> Directions:
The records below hold a stretch from the line with "#17=IFCLOCALPLACEMENT(#11,#16);" through the line with "#31=IFCPRODUCTDEFINITIONSHAPE($,$,(#30));"; return exactly those lines, ends included, and nothing more.

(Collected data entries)
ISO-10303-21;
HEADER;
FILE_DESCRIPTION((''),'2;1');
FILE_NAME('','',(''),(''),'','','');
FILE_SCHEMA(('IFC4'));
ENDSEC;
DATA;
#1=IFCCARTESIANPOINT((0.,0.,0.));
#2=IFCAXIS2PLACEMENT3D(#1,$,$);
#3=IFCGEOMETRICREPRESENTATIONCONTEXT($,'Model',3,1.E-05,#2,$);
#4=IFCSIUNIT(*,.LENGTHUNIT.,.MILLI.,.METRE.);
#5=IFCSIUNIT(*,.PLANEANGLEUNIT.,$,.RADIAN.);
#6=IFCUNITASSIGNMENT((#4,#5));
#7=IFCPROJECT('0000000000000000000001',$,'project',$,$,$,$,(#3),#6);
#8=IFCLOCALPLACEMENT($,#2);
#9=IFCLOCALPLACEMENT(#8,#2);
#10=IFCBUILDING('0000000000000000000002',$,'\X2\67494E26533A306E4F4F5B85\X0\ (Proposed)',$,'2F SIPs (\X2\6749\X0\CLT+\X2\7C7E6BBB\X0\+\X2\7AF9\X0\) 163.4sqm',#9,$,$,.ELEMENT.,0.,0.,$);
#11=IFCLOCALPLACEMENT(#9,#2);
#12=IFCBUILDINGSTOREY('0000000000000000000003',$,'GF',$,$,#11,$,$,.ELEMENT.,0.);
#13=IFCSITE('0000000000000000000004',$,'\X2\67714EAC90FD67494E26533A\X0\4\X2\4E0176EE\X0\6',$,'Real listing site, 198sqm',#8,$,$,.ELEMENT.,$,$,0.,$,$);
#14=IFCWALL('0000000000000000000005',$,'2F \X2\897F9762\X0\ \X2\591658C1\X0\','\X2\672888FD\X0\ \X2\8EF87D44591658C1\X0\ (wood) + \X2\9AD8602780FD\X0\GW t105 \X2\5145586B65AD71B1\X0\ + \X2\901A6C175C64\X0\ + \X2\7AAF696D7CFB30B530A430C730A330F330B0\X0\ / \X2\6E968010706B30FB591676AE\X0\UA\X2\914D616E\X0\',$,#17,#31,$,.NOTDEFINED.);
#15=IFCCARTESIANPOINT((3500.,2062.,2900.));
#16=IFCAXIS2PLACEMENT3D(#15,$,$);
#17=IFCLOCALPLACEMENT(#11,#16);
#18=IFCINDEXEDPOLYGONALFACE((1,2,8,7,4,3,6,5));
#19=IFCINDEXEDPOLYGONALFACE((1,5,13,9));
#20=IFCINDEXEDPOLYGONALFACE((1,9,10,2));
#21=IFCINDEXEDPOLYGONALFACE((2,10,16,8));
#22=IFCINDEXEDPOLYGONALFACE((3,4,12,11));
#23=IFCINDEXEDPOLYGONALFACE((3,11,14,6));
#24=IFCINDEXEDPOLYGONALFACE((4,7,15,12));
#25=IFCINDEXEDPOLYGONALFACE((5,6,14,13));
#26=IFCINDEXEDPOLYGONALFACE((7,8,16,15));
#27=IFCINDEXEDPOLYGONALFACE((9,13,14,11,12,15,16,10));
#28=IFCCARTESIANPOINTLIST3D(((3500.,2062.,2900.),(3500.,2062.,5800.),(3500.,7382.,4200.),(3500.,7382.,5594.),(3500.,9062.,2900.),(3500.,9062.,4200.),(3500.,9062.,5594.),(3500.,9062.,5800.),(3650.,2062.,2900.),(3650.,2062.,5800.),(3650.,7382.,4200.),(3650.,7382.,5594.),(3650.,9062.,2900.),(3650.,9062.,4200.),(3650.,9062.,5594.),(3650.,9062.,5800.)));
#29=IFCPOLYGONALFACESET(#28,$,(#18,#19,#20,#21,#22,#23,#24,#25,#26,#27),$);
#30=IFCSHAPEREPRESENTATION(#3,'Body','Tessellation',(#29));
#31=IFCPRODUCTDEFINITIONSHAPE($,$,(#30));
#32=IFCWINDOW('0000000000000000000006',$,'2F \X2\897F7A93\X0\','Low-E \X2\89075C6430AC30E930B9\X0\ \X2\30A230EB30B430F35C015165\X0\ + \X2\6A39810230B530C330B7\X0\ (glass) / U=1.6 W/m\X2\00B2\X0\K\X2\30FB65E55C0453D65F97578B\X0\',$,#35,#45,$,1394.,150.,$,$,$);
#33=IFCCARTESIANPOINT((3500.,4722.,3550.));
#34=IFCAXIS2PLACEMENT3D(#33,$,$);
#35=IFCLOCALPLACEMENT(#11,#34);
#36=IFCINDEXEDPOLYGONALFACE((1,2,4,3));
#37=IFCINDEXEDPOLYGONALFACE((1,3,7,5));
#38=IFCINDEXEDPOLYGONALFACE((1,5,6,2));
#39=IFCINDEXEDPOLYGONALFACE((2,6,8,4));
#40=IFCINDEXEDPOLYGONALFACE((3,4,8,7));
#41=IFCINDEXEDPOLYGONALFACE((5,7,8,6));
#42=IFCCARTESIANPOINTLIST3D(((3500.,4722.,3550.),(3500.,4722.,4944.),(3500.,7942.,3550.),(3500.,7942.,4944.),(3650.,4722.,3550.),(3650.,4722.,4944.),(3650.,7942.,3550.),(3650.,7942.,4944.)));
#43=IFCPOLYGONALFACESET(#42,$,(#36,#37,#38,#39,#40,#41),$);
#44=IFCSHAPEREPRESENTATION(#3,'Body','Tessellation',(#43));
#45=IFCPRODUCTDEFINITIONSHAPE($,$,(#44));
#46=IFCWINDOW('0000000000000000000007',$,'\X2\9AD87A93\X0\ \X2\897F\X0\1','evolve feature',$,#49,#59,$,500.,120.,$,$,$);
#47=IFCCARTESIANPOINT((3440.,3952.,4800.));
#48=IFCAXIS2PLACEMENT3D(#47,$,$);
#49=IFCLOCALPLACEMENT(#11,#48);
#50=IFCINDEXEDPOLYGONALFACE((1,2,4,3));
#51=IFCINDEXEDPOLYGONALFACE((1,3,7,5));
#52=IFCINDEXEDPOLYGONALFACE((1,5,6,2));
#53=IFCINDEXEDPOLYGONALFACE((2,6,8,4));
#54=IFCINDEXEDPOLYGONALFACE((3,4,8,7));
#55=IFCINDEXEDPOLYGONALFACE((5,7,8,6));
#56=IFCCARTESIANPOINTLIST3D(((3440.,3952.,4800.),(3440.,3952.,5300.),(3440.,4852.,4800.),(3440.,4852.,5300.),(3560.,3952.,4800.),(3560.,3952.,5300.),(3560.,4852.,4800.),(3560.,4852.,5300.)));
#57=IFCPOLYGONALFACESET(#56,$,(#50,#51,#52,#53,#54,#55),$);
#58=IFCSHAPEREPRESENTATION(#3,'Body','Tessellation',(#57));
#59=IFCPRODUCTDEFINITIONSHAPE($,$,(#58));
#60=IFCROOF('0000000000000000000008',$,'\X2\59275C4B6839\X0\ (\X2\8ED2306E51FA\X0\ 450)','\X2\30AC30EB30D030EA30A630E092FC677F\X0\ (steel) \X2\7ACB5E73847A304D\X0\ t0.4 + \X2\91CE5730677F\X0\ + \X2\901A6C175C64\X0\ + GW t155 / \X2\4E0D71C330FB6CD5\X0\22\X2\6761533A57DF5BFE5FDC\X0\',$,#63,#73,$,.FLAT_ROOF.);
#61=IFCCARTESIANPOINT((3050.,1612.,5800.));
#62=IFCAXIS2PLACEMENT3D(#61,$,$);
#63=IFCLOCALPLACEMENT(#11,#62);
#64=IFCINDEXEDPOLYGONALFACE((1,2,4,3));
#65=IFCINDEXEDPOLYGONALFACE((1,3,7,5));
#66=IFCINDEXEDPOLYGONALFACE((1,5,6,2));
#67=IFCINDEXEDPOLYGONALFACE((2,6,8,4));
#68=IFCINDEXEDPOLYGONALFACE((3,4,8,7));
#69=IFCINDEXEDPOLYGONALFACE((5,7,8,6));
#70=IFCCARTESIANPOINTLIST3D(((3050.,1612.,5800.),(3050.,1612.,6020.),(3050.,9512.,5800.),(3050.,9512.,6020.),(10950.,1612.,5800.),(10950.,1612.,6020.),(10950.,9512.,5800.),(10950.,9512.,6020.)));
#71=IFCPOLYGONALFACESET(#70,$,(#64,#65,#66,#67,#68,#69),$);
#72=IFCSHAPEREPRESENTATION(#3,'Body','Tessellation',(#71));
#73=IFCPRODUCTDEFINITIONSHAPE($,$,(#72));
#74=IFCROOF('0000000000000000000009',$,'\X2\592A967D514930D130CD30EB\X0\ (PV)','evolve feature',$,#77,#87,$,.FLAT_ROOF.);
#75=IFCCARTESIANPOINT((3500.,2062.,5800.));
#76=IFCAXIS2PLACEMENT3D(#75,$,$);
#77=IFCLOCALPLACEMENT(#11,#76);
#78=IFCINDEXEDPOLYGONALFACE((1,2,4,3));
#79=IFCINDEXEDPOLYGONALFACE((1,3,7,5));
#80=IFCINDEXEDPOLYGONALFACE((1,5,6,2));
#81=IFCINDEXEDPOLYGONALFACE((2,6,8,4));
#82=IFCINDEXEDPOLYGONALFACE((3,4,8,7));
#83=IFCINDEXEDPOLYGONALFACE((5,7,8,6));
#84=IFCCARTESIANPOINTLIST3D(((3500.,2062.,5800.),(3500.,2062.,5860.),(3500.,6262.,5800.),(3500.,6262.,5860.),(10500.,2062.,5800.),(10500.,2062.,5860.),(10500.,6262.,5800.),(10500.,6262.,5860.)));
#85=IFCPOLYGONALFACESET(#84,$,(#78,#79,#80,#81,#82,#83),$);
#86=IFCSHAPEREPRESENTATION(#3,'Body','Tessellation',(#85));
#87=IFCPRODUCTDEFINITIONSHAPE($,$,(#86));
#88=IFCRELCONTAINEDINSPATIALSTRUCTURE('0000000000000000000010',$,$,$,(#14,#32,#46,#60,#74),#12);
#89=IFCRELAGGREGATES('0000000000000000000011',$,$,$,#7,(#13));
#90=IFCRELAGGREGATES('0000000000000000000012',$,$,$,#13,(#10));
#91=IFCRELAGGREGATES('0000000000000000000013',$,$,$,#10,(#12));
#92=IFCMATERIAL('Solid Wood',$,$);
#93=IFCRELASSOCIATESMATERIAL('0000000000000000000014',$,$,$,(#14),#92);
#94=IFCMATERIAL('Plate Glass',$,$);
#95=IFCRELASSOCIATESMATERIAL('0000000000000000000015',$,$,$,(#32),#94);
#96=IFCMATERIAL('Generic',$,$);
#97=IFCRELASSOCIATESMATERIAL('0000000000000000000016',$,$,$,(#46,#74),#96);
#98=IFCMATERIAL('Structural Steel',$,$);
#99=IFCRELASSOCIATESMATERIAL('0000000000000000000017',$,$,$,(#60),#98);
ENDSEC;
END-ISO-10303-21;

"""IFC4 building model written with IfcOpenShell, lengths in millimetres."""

from ifc_helpers import new_model, si_unit, frame, frame_2d, origin, place, context, project, spatial, rectangle, extrude, material, element, fill, save


model = new_model("IFC4")

# Units and contexts
model_context = context("Model", 3, precision=1e-05, world=origin())
ifc_project = project(units=[si_unit("LENGTHUNIT", "METRE", prefix="MILLI"), si_unit("PLANEANGLEUNIT", "RADIAN")], contexts=[model_context])

# Site, building, storey
site_placement = place(None, origin())
site = spatial("IfcSite", under=ifc_project, at=site_placement, Name="東京都杉並区4丁目6", ObjectType="Real listing site, 198sqm", CompositionType="ELEMENT", RefElevation=0.0)
building_placement = place(site_placement, origin())
building = spatial("IfcBuilding", under=site, at=building_placement, Name="杉並区の住宅 (Proposed)", ObjectType="2F SIPs (杉CLT+籾殻+竹) 163.4sqm", CompositionType="ELEMENT", ElevationOfRefHeight=0.0, ElevationOfTerrain=0.0)
storey_placement = place(building_placement, origin())
storey = spatial("IfcBuildingStorey", under=building, at=storey_placement, Name="GF", CompositionType="ELEMENT", Elevation=0.0)

# Shared definitions
ifc_material_1 = material(Name="Solid Wood")
ifc_material_2 = material(Name="Generic")

# Shared definitions
ifc_material_3 = material(Name="Plate Glass")

# Wall, openings, windows
wall_1_placement = place(storey_placement, frame((3500.0, 2062.0, 2900.0)))
wall_1 = element("IfcWall", 1, at=wall_1_placement, inside=storey, material=ifc_material_1, Name="2F 西面 外壁", Description="木製 軸組外壁 (wood) + 高性能GW t105 充填断熱 + 通気層 + 窯業系サイディング / 準耐火・外皮UA配慮", PredefinedType="NOTDEFINED", context=model_context, shape_type="SweptSolid", body=[
    extrude(rectangle(XDim=150.0, YDim=7000.0, at=frame_2d((75.0, 3500.0))), frame((3500.0, 2062.0, 2900.0)), (0.0, 0.0, 1.0), 2900.0),
])
opening_1_placement = place(storey_placement, frame((3500.0, 4722.0, 3550.0)))
opening_1 = element("IfcOpeningElement", 2, at=opening_1_placement, cuts=wall_1, PredefinedType="NOTDEFINED", context=model_context, shape_type="SweptSolid", body=[
    extrude(rectangle(XDim=150.0, YDim=3220.0, at=frame_2d((75.0, 1610.0))), frame((3500.0, 4722.0, 3550.0)), (0.0, 0.0, 1.0), 1394.0),
])
opening_2_placement = place(storey_placement, frame((3440.0, 3952.0, 4800.0)))
opening_2 = element("IfcOpeningElement", 3, at=opening_2_placement, cuts=wall_1, PredefinedType="NOTDEFINED", context=model_context, shape_type="SweptSolid", body=[
    extrude(rectangle(XDim=120.0, YDim=900.0, at=frame_2d((60.0, 450.0))), frame((3440.0, 3952.0, 4800.0)), (0.0, 0.0, 1.0), 500.0),
])
window_1_placement = place(storey_placement, frame((3500.0, 4722.0, 3550.0)))
window_1 = element("IfcWindow", 4, at=window_1_placement, inside=storey, material=ifc_material_3, Name="2F 西窓", Description="Low-E 複層ガラス アルゴン封入 + 樹脂サッシ (glass) / U=1.6 W/m²K・日射取得型", OverallHeight=1394.0, OverallWidth=150.0, context=model_context, shape_type="SweptSolid", body=[
    extrude(rectangle(XDim=150.0, YDim=3220.0, at=frame_2d((75.0, 1610.0))), frame((3500.0, 4722.0, 3550.0)), (0.0, 0.0, 1.0), 1394.0),
])
fill(opening_1, window_1)
window_2_placement = place(storey_placement, frame((3440.0, 3952.0, 4800.0)))
window_2 = element("IfcWindow", 5, at=window_2_placement, inside=storey, material=ifc_material_2, Name="高窓 西1", Description="evolve feature", OverallHeight=500.0, OverallWidth=120.0, context=model_context, shape_type="SweptSolid", body=[
    extrude(rectangle(XDim=120.0, YDim=900.0, at=frame_2d((60.0, 450.0))), frame((3440.0, 3952.0, 4800.0)), (0.0, 0.0, 1.0), 500.0),
])
fill(opening_2, window_2)

# Roofs
ifc_material_4 = material(Name="Structural Steel")
roof_1_placement = place(storey_placement, frame((3050.0, 1612.0, 5800.0)))
element("IfcRoof", 6, at=roof_1_placement, inside=storey, material=ifc_material_4, Name="大屋根 (軒の出 450)", Description="ガルバリウム鋼板 (steel) 立平葺き t0.4 + 野地板 + 通気層 + GW t155 / 不燃・法22条区域対応", PredefinedType="FLAT_ROOF", context=model_context, shape_type="SweptSolid", body=[
    extrude(rectangle(XDim=7900.0, YDim=7900.0, at=frame_2d((3950.0, 3950.0))), frame((3050.0, 1612.0, 5800.0)), (0.0, 0.0, 1.0), 220.0),
])
roof_2_placement = place(storey_placement, frame((3500.0, 2062.0, 5800.0)))
element("IfcRoof", 7, at=roof_2_placement, inside=storey, material=ifc_material_2, Name="太陽光パネル (PV)", Description="evolve feature", PredefinedType="FLAT_ROOF", context=model_context, shape_type="SweptSolid", body=[
    extrude(rectangle(XDim=7000.0, YDim=4200.0, at=frame_2d((3500.0, 2100.0))), frame((3500.0, 2062.0, 5800.0)), (0.0, 0.0, 1.0), 60.0),
])

save(model, "model.ifc")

> Written response:
#17=IFCLOCALPLACEMENT(#11,#16);
#18=IFCINDEXEDPOLYGONALFACE((1,2,8,7,4,3,6,5));
#19=IFCINDEXEDPOLYGONALFACE((1,5,13,9));
#20=IFCINDEXEDPOLYGONALFACE((1,9,10,2));
#21=IFCINDEXEDPOLYGONALFACE((2,10,16,8));
#22=IFCINDEXEDPOLYGONALFACE((3,4,12,11));
#23=IFCINDEXEDPOLYGONALFACE((3,11,14,6));
#24=IFCINDEXEDPOLYGONALFACE((4,7,15,12));
#25=IFCINDEXEDPOLYGONALFACE((5,6,14,13));
#26=IFCINDEXEDPOLYGONALFACE((7,8,16,15));
#27=IFCINDEXEDPOLYGONALFACE((9,13,14,11,12,15,16,10));
#28=IFCCARTESIANPOINTLIST3D(((3500.,2062.,2900.),(3500.,2062.,5800.),(3500.,7382.,4200.),(3500.,7382.,5594.),(3500.,9062.,2900.),(3500.,9062.,4200.),(3500.,9062.,5594.),(3500.,9062.,5800.),(3650.,2062.,2900.),(3650.,2062.,5800.),(3650.,7382.,4200.),(3650.,7382.,5594.),(3650.,9062.,2900.),(3650.,9062.,4200.),(3650.,9062.,5594.),(3650.,9062.,5800.)));
#29=IFCPOLYGONALFACESET(#28,$,(#18,#19,#20,#21,#22,#23,#24,#25,#26,#27),$);
#30=IFCSHAPEREPRESENTATION(#3,'Body','Tessellation',(#29));
#31=IFCPRODUCTDEFINITIONSHAPE($,$,(#30));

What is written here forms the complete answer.